In 2023, the US Census Bureau estimated that 17.8% of the population were foreign-born. Of all people aged 5 or older, 69.5% spoke only English at home, 21.0% spoke Spanish, 3.0% spoke other Indo-European languages, 5.7% spoke Asian or Pacific Islander languages, and 0.8% spoke other languages. Of those aged 25 or older, 88.5% were high school graduates and 23.2% had a bachelor's degree.

The median household income was $132,067, and the per capita income was $43,879. About 4.9% of families and 6.6% of the population were below the poverty line.
==Education==
The majority of the city is in the Oakley Union Elementary School District (K–8), while there are pieces in Knightsen Elementary School District and Brentwood Union Elementary School District. Those portions are also within the Liberty Union High School District.
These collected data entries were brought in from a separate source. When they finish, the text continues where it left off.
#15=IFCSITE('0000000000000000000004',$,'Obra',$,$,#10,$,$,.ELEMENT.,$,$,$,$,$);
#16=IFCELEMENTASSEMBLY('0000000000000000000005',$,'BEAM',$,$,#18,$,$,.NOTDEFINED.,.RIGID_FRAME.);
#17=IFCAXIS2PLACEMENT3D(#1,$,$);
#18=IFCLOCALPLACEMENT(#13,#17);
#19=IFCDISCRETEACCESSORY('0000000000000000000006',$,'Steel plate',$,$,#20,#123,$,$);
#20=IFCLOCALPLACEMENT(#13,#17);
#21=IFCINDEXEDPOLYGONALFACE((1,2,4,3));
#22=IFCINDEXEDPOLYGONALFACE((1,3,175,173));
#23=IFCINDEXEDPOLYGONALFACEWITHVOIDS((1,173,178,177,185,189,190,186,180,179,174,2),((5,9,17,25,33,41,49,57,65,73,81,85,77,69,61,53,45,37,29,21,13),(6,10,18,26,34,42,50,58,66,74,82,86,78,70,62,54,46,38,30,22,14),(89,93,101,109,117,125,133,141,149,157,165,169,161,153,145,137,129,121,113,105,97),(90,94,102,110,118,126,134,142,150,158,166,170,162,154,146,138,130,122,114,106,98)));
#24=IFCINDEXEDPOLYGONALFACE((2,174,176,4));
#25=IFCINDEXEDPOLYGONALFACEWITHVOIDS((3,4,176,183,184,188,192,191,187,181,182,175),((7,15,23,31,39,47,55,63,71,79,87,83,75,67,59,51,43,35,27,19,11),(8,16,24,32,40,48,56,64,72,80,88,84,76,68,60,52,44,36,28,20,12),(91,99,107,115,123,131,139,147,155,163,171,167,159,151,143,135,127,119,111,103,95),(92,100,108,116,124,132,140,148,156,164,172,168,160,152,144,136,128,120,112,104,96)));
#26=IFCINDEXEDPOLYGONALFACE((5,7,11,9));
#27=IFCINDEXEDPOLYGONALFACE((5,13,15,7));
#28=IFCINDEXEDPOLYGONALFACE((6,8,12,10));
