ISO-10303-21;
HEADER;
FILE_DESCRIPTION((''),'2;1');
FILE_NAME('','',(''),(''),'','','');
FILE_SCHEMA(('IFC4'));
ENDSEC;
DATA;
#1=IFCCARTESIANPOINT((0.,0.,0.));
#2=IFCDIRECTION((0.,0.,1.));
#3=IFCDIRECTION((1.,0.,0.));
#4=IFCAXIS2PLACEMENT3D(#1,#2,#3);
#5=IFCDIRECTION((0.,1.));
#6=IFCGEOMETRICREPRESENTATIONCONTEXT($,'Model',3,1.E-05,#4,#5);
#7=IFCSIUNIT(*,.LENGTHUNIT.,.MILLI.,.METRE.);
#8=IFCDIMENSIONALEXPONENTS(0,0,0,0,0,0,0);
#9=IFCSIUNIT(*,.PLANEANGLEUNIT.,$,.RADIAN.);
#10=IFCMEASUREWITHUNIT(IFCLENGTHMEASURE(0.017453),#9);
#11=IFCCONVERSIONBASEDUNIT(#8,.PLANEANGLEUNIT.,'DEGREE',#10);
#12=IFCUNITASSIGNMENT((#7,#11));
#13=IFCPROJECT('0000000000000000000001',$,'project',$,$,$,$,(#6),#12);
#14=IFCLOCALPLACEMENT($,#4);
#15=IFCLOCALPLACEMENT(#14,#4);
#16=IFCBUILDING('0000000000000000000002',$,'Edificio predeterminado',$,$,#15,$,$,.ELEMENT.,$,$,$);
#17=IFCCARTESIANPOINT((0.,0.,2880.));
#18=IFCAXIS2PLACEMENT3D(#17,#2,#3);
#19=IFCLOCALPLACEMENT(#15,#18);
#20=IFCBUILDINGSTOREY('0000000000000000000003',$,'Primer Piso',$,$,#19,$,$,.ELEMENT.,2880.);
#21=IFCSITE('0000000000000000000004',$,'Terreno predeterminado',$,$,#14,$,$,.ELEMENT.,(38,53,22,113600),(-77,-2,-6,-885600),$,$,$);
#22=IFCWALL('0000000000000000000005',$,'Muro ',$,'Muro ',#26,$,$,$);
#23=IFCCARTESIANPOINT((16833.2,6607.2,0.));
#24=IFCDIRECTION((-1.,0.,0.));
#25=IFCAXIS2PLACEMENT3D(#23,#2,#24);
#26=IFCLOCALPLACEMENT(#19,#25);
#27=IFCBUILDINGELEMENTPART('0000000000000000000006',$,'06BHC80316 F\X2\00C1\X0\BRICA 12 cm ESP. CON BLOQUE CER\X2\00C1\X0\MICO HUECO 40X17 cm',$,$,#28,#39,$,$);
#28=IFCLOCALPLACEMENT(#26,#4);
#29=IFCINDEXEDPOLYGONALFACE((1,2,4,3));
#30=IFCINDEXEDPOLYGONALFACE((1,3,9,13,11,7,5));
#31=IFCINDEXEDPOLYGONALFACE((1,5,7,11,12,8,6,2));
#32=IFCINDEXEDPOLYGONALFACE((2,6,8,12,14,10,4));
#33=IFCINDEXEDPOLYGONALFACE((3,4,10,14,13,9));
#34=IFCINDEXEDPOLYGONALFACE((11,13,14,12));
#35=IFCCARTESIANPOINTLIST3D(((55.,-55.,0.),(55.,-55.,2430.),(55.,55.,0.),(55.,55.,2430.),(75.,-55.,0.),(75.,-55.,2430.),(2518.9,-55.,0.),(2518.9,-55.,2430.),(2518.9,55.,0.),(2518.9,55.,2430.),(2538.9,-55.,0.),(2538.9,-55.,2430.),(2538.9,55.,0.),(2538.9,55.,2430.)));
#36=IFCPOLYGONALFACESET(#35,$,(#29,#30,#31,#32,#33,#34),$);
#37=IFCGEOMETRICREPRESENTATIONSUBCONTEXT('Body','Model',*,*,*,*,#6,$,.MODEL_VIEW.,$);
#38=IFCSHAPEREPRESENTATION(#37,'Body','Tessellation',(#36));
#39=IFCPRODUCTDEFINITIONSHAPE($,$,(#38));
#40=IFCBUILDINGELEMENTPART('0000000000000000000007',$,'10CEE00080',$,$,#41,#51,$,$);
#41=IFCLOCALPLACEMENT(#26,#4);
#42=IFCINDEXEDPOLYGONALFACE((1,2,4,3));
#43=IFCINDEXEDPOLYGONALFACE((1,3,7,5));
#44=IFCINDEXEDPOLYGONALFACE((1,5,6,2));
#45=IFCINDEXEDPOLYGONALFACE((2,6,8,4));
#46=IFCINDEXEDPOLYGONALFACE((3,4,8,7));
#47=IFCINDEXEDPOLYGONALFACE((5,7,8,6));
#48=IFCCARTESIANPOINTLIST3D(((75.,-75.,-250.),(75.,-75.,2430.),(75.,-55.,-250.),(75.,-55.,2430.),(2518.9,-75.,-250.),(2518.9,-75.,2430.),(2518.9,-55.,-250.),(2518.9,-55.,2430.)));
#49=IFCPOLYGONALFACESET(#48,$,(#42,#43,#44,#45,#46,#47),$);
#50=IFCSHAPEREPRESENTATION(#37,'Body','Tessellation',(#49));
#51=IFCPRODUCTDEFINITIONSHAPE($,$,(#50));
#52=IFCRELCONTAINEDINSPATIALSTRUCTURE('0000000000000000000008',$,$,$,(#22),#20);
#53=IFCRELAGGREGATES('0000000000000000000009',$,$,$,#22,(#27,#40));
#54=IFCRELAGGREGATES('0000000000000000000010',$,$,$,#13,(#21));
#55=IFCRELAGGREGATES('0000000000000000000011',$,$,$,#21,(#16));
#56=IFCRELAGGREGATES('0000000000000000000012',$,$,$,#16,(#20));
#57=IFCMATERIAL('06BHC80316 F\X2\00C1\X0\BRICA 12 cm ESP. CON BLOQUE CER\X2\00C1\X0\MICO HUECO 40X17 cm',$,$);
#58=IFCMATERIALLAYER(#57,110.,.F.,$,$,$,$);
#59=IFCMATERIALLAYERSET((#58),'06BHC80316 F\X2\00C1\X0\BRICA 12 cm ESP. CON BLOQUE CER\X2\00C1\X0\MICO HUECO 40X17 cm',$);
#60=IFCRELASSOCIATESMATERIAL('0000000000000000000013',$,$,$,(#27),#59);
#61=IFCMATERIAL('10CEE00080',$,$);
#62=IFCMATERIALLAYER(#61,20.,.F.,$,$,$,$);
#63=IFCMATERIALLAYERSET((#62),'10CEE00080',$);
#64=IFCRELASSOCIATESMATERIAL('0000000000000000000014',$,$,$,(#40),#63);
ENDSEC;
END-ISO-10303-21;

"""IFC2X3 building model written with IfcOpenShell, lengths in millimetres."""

from ifc_helpers import new_model, entity, si_unit, converted_unit, direction, frame, origin_with_axes, place, context, subcontext, project, spatial, polyline, outline, extrude, material, layer, layer_set, layer_usage, element, aggregate, save


model = new_model("IFC2X3")

# Units and contexts
model_context = context("Model", 3, precision=1e-05, world=origin_with_axes(), true_north=direction((0.0, 1.0)))
body_context = subcontext(model_context, "Body", "Model", "MODEL_VIEW")
ifc_project = project(units=[si_unit("LENGTHUNIT", "METRE", prefix="MILLI"), converted_unit("PLANEANGLEUNIT", "DEGREE", entity("IfcLengthMeasure", 0.017453), si_unit("PLANEANGLEUNIT", "RADIAN"), dimensions=[0, 0, 0, 0, 0, 0, 0])], contexts=[model_context])

# Site, building, storey
site_placement = place(None, origin_with_axes())
site = spatial("IfcSite", under=ifc_project, at=site_placement, Name="Terreno predeterminado", CompositionType="ELEMENT", RefLatitude=(38, 53, 22, 113600), RefLongitude=(-77, -2, -6, -885600))
building_placement = place(site_placement, origin_with_axes())
building = spatial("IfcBuilding", under=site, at=building_placement, Name="Edificio predeterminado", CompositionType="ELEMENT")
storey_placement = place(building_placement, frame((0.0, 0.0, 2880.0), z_axis=(0.0, 0.0, 1.0), x_axis=(1.0, 0.0, 0.0)))
storey = spatial("IfcBuildingStorey", under=building, at=storey_placement, Name="Primer Piso", CompositionType="ELEMENT", Elevation=2880.0)

# Wall, building element parts
wall_1_placement = place(storey_placement, frame((16833.2, 6607.2, 0.0), z_axis=(0.0, 0.0, 1.0), x_axis=(-1.0, 0.0, 0.0)))
wall_1 = element("IfcWall", 1, at=wall_1_placement, inside=storey, Name="Muro ", ObjectType="Muro ")
ifc_material_1 = material(Name="06BHC80316 FÁBRICA 12 cm ESP. CON BLOQUE CERÁMICO HUECO 40X17 cm")
ifc_layer_1 = layer(ifc_material_1, 110.0, ventilated=False)
ifc_layer_set_1 = layer_set([ifc_layer_1], Name="06BHC80316 FÁBRICA 12 cm ESP. CON BLOQUE CERÁMICO HUECO 40X17 cm")
ifc_layer_usage_1 = layer_usage(ifc_layer_set_1, "AXIS2", "NEGATIVE", -55.0)
building_element_part_1_placement = place(wall_1_placement, origin_with_axes())
building_element_part_1 = element("IfcBuildingElementPart", 2, at=building_element_part_1_placement, material=ifc_layer_usage_1, Name="06BHC80316 FÁBRICA 12 cm ESP. CON BLOQUE CERÁMICO HUECO 40X17 cm", context=body_context, shape_type="SweptSolid", body=[
    extrude(outline(polyline([(2538.9, 55.0), (2538.9, -55.0), (2518.9, -55.0), (75.0, -55.0), (55.0, -55.0), (55.0, 55.0), (2518.9, 55.0), (2538.9, 55.0)])), origin_with_axes(), (0.0, 0.0, 1.0), 2430.0),
])
ifc_material_2 = material(Name="10CEE00080")
ifc_layer_2 = layer(ifc_material_2, 20.0, ventilated=False)
ifc_layer_set_2 = layer_set([ifc_layer_2], Name="10CEE00080")
ifc_layer_usage_2 = layer_usage(ifc_layer_set_2, "AXIS2", "NEGATIVE", 55.0)
building_element_part_2_placement = place(wall_1_placement, origin_with_axes())
building_element_part_2 = element("IfcBuildingElementPart", 3, at=building_element_part_2_placement, material=ifc_layer_usage_2, Name="10CEE00080", context=body_context, shape_type="SweptSolid", body=[
    extrude(outline(polyline([(2518.9, -55.0), (2518.9, -75.0), (75.0, -75.0), (75.0, -55.0), (2518.9, -55.0)])), frame((0.0, 0.0, -250.0), z_axis=(0.0, 0.0, 1.0), x_axis=(1.0, 0.0, 0.0)), (0.0, 0.0, 1.0), 2680.0),
])
aggregate(wall_1, [building_element_part_1, building_element_part_2])

save(model, "model.ifc")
Additionally, a western portion is in a K-12 school district, Antioch Unified School District.

===Elementary schools===
- Oakley Elementary School
- Gehringer Elementary School
- Laurel Elementary School
- Vintage Parkway Elementary School
- Iron House Elementary School
- Orchard Park School (K–8, located in Antioch USD)
- Almond Grove Elementary School
- Summer Lake Elementary School (starting the 2019–20 academic year)

===Middle schools===
- O'Hara Park Middle School
- Delta Vista Middle School
- Orchard Park School (K–8, located in the Antioch Unified School District)

===High schools===
- Freedom High School

===Public libraries===
The Oakley branch of the Contra Costa County Library system is located in Oakley.

==Notable people==

- Joe Mixon, Houston Texans running back, 2024 - former Cincinnati Bengals running back 2017–2023.
- Nguyen Do, poet, editor, and translator, relocated from San Francisco to Oakley.
- Lisa Joann Thompson, dancer, actress, choreographer, starred in In Living Color, Fame L.A. and Motown Live, lived in Oakley during her high school years.
- Malik Izaak Taylor, known professionally as Phife Dawg (or simply Phife), was an American rapper and a member of the group A Tribe Called Quest, relocated from New York to Oakley.